Linear and nonlinear interactions in the dark sector

TL;DR

The paper investigates two interacting dark components in a spatially flat FRW universe with $3H^2=\rho_c+\rho_x$ and $\rho'=-\gamma_c\rho_c-\gamma_x\rho_x$, showing that an effective one-fluid description can capture the combined dynamics and relate interacting models to unified descriptions through a source equation for the total density. It develops a hierarchy of couplings, including linear (Q_l, Q_L, and generalizations) and nonlinear interactions (Q_nL), derives exact solutions for the total density and the scale factor, and identifies stable attractor states $\gamma_s$ (and $\gamma_L^+$) that can alleviate the coincidence problem; these couplings yield a variety of late-time behaviors, from power-law to de Sitter and Chaplygin-gas–like equations of state.

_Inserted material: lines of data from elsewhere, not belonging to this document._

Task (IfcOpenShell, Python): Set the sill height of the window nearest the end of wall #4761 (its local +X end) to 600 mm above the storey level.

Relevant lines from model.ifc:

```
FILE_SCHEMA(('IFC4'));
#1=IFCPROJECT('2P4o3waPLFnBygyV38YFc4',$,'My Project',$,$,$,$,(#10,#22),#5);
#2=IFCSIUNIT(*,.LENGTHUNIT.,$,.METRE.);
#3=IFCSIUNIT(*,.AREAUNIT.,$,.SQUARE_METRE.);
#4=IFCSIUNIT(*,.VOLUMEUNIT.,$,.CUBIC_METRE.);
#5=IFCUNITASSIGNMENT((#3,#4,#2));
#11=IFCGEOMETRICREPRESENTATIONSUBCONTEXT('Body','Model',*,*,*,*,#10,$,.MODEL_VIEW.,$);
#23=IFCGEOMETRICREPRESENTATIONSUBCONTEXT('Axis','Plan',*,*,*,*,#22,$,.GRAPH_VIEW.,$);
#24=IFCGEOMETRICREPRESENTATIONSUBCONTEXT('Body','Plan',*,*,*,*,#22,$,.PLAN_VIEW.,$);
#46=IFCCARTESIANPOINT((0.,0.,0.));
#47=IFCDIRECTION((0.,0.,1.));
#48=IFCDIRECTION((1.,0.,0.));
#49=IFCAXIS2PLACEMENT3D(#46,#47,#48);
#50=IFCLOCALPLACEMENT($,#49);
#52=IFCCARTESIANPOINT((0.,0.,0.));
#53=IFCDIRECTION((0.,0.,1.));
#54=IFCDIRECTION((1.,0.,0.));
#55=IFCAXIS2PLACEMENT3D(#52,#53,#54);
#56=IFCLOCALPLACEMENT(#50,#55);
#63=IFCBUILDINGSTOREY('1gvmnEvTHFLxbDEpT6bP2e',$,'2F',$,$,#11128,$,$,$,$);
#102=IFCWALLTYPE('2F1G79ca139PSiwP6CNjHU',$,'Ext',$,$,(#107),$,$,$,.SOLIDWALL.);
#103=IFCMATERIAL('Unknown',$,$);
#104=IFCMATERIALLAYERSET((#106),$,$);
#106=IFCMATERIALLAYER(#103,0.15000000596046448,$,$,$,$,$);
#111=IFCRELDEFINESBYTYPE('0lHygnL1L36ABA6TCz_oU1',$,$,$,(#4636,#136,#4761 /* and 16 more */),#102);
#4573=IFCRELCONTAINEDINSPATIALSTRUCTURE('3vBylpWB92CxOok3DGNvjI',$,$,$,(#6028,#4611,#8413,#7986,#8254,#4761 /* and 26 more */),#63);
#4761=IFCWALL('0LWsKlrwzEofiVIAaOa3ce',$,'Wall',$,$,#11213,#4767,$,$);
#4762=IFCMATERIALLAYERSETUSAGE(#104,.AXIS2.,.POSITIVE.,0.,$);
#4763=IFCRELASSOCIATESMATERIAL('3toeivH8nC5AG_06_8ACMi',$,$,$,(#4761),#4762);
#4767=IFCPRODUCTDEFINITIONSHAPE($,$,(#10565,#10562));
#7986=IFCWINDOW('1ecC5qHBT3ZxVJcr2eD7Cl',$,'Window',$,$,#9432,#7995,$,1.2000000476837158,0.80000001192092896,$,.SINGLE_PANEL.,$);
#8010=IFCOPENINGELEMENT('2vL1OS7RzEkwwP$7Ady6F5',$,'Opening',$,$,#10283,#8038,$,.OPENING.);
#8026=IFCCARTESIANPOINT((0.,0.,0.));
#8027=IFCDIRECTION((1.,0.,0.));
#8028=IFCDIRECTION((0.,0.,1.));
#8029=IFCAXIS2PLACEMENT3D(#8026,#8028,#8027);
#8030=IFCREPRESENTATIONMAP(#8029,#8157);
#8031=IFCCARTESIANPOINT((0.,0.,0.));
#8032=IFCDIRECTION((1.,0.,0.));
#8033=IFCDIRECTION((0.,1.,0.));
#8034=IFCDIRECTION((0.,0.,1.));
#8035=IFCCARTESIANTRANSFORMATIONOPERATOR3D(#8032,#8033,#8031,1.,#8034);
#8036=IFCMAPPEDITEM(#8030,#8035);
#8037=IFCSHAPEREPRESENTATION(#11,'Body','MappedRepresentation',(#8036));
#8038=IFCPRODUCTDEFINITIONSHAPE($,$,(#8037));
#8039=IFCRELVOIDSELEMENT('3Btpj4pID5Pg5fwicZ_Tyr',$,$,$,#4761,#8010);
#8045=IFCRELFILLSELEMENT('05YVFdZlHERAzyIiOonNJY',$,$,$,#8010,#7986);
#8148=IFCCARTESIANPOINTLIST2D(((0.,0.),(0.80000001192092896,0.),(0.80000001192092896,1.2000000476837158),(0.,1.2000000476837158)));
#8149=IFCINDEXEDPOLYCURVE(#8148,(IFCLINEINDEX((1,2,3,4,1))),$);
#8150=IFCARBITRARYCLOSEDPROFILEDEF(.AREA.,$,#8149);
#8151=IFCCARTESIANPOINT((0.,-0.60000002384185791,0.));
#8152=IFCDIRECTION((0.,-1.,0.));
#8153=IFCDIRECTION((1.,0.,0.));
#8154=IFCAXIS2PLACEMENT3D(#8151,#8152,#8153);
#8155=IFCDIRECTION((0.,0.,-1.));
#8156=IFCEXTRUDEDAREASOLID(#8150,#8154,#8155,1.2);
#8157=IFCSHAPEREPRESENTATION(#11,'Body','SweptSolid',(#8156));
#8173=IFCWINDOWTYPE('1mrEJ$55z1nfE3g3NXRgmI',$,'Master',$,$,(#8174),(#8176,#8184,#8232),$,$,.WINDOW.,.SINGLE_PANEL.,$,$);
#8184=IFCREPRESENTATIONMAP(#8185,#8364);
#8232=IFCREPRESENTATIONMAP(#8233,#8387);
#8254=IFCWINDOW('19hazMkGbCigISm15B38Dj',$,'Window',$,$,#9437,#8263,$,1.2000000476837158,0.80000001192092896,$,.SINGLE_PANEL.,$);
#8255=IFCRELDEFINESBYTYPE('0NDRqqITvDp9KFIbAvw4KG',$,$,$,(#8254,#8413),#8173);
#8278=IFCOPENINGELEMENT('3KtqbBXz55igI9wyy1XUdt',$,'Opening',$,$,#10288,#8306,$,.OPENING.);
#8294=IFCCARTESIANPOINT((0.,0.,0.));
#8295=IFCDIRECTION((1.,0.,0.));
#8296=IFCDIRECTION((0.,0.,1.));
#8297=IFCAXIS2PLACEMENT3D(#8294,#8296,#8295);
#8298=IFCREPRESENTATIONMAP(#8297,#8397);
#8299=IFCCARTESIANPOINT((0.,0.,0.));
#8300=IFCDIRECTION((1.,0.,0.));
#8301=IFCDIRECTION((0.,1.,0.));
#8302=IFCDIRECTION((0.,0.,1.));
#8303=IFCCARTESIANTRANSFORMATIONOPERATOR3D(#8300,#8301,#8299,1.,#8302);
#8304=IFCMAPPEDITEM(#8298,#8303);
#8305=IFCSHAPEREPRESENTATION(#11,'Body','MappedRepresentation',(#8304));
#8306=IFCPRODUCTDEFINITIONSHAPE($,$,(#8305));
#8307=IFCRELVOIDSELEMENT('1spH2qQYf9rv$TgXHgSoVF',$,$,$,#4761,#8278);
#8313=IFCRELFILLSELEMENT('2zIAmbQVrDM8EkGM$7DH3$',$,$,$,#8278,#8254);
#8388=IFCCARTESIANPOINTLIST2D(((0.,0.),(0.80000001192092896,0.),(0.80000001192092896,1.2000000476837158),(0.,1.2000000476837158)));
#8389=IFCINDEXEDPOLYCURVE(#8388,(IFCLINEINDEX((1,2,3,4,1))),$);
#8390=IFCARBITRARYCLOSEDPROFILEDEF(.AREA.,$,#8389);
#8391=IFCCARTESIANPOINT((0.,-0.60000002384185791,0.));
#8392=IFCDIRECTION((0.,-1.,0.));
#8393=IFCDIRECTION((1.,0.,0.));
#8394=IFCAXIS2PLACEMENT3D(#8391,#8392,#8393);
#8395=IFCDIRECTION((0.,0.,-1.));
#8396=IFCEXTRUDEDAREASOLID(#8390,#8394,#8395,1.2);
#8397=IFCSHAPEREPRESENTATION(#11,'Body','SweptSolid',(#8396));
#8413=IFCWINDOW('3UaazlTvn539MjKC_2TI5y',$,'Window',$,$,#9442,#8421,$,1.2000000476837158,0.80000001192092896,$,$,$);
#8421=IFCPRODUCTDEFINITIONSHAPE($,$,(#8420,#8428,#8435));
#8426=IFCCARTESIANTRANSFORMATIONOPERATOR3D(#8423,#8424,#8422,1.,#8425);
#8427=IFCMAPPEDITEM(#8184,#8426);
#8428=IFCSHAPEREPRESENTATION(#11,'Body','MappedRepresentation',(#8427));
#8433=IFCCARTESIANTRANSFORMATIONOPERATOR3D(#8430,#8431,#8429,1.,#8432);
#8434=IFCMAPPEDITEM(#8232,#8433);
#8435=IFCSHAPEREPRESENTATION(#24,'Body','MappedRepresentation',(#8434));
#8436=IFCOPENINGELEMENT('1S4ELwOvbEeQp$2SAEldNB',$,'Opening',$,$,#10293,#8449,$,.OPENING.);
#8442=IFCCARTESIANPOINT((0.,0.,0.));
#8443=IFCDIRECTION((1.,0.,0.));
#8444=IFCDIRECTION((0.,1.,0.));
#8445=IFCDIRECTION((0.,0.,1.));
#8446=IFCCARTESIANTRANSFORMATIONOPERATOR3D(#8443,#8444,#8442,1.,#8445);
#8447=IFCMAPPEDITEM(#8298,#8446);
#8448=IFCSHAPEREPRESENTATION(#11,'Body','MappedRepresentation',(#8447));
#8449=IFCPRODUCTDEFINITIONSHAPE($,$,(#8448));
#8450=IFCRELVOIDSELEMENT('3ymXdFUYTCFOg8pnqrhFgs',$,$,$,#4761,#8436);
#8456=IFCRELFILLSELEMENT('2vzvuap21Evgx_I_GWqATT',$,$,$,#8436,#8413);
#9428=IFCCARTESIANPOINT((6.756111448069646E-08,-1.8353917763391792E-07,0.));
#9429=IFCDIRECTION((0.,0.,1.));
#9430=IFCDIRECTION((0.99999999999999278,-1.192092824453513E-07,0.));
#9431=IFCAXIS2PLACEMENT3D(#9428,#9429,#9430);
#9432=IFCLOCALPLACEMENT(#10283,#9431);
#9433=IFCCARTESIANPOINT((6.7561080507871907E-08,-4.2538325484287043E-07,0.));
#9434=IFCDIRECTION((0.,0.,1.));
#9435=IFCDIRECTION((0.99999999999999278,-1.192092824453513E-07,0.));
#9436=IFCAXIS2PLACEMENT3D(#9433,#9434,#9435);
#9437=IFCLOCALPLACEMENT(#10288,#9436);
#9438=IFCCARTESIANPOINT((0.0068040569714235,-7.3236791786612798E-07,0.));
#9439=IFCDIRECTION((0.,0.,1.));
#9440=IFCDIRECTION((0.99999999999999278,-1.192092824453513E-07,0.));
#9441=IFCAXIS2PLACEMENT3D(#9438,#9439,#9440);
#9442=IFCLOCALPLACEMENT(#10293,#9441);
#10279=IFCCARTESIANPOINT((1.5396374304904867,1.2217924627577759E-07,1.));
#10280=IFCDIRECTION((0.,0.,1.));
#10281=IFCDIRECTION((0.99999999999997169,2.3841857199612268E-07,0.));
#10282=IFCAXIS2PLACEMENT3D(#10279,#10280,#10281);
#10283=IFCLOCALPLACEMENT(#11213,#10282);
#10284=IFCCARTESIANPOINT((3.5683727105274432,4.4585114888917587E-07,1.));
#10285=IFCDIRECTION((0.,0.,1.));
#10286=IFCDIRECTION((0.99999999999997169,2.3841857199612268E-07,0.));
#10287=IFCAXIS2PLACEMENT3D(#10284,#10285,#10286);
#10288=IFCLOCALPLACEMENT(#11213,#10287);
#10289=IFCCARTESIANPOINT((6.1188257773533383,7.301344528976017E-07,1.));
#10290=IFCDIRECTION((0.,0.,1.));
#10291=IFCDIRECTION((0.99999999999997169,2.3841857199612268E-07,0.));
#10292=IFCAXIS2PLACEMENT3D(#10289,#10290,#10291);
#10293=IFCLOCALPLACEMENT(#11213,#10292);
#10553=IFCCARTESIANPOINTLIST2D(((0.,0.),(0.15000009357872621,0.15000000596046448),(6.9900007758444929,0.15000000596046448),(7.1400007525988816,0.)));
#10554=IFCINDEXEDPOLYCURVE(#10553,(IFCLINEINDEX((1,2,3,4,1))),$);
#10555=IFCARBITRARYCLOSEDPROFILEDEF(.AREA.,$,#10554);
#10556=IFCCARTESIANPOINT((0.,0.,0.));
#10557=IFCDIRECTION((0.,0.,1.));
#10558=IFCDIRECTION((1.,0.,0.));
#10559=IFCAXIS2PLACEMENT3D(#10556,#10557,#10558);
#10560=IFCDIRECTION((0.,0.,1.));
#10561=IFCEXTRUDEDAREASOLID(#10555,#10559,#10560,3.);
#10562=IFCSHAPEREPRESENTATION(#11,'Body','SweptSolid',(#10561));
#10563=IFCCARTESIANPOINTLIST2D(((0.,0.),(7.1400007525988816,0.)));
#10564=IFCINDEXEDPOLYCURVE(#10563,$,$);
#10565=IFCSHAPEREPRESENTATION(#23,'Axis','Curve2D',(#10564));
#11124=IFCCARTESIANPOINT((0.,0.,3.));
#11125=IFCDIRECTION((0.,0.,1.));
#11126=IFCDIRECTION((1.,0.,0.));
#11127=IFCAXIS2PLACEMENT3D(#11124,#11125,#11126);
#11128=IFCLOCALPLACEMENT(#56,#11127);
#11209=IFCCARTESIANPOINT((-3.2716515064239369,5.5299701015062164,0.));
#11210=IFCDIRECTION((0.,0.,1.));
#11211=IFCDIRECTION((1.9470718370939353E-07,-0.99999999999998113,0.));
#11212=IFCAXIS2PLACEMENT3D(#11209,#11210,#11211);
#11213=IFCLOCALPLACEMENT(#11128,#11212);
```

```python
import numpy as np
import ifcopenshell
import ifcopenshell.api.geometry
import ifcopenshell.geom
import ifcopenshell.util.element
import ifcopenshell.util.placement
import ifcopenshell.util.shape
import ifcopenshell.util.unit

model = ifcopenshell.open("model.ifc")
unit_scale = ifcopenshell.util.unit.calculate_unit_scale(model)

window = model.by_guid("3UaazlTvn539MjKC_2TI5y")
opening = window.FillsVoids[0].RelatingOpeningElement
storey = ifcopenshell.util.element.get_container(window, ifc_class="IfcBuildingStorey")
level = ifcopenshell.util.placement.get_local_placement(storey.ObjectPlacement)[2, 3]

# The opening's origin need not be at the sill, so measure its lowest point.
shape = ifcopenshell.geom.create_shape(ifcopenshell.geom.settings(), opening)
bottom = ifcopenshell.util.shape.get_shape_bottom_elevation(shape, shape.geometry) / unit_scale
dz = level + 0.6 / unit_scale - bottom

shift = np.array([0.0, 0.0, dz])
# The window is placed relative to its opening, so it follows when the opening moves.
matrix = ifcopenshell.util.placement.get_local_placement(opening.ObjectPlacement)
matrix[:3, 3] += shift
ifcopenshell.api.geometry.edit_object_placement(
    model, product=opening, matrix=matrix, is_si=False, should_transform_children=True
)

print(f"moved by {dz * unit_scale:+.3f} m")

model.write("model_edited.ifc")
```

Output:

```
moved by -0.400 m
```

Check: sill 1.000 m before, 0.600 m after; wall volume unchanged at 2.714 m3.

The framework provides explicit mappings between unified models (e.g., Chaplygin gas) and interacting two-fluid models, including prescriptions to derive an interaction from a given unified density evolution, and demonstrates how relaxing or constraining the interaction tunes the effective equation of state to reproduce known cosmological scenarios. Overall, the study offers a versatile method to generate and analyze dark-sector cosmologies with stable attractors and ΛCDM–like late-time behavior, while clarifying the relationship between interacting and unified approaches to dark energy and dark matter.

Abstract

We investigate models of interacting dark matter and dark energy for the universe in a spatially flat Friedmann-Robertson-Walker (FRW) space-time. We find the "source equation" for the total energy density and determine the energy density of each dark component. We introduce an effective one-fluid description to evidence that interacting and unified models are related with each other, analyze the effective model and obtain the attractor solutions. We study linear and nonlinear interactions, the former comprises a linear combination of the dark matter and dark energy densities, their first derivatives, the total energy density, its first and second derivatives and a function of the scale factor. The latter is a possible generalization of the linear interaction consisting of an aggregate of the above linear combination and a significant nonlinear term built with a rational function of the dark matter and dark energy densities homogeneous of degree one. We solve the evolution equations of the dark components for both interactions and examine exhaustively several examples. There exist cases where the effective one-fluid description produces different alternatives to the $\La$CDM model and cases where the problem of coincidence is alleviated. In addition, we find that some nonlinear interactions yield an effective one-fluid model with a Chaplygin gas equation of state, whereas others generate cosmological models with de Sitter and power-law expansions. We show that a generic nonlinear interaction induces an effective equation of state which depends on the scale factor in the same way that the variable modified Chaplygin gas model, giving rise to the "relaxed Chaplygin gas model".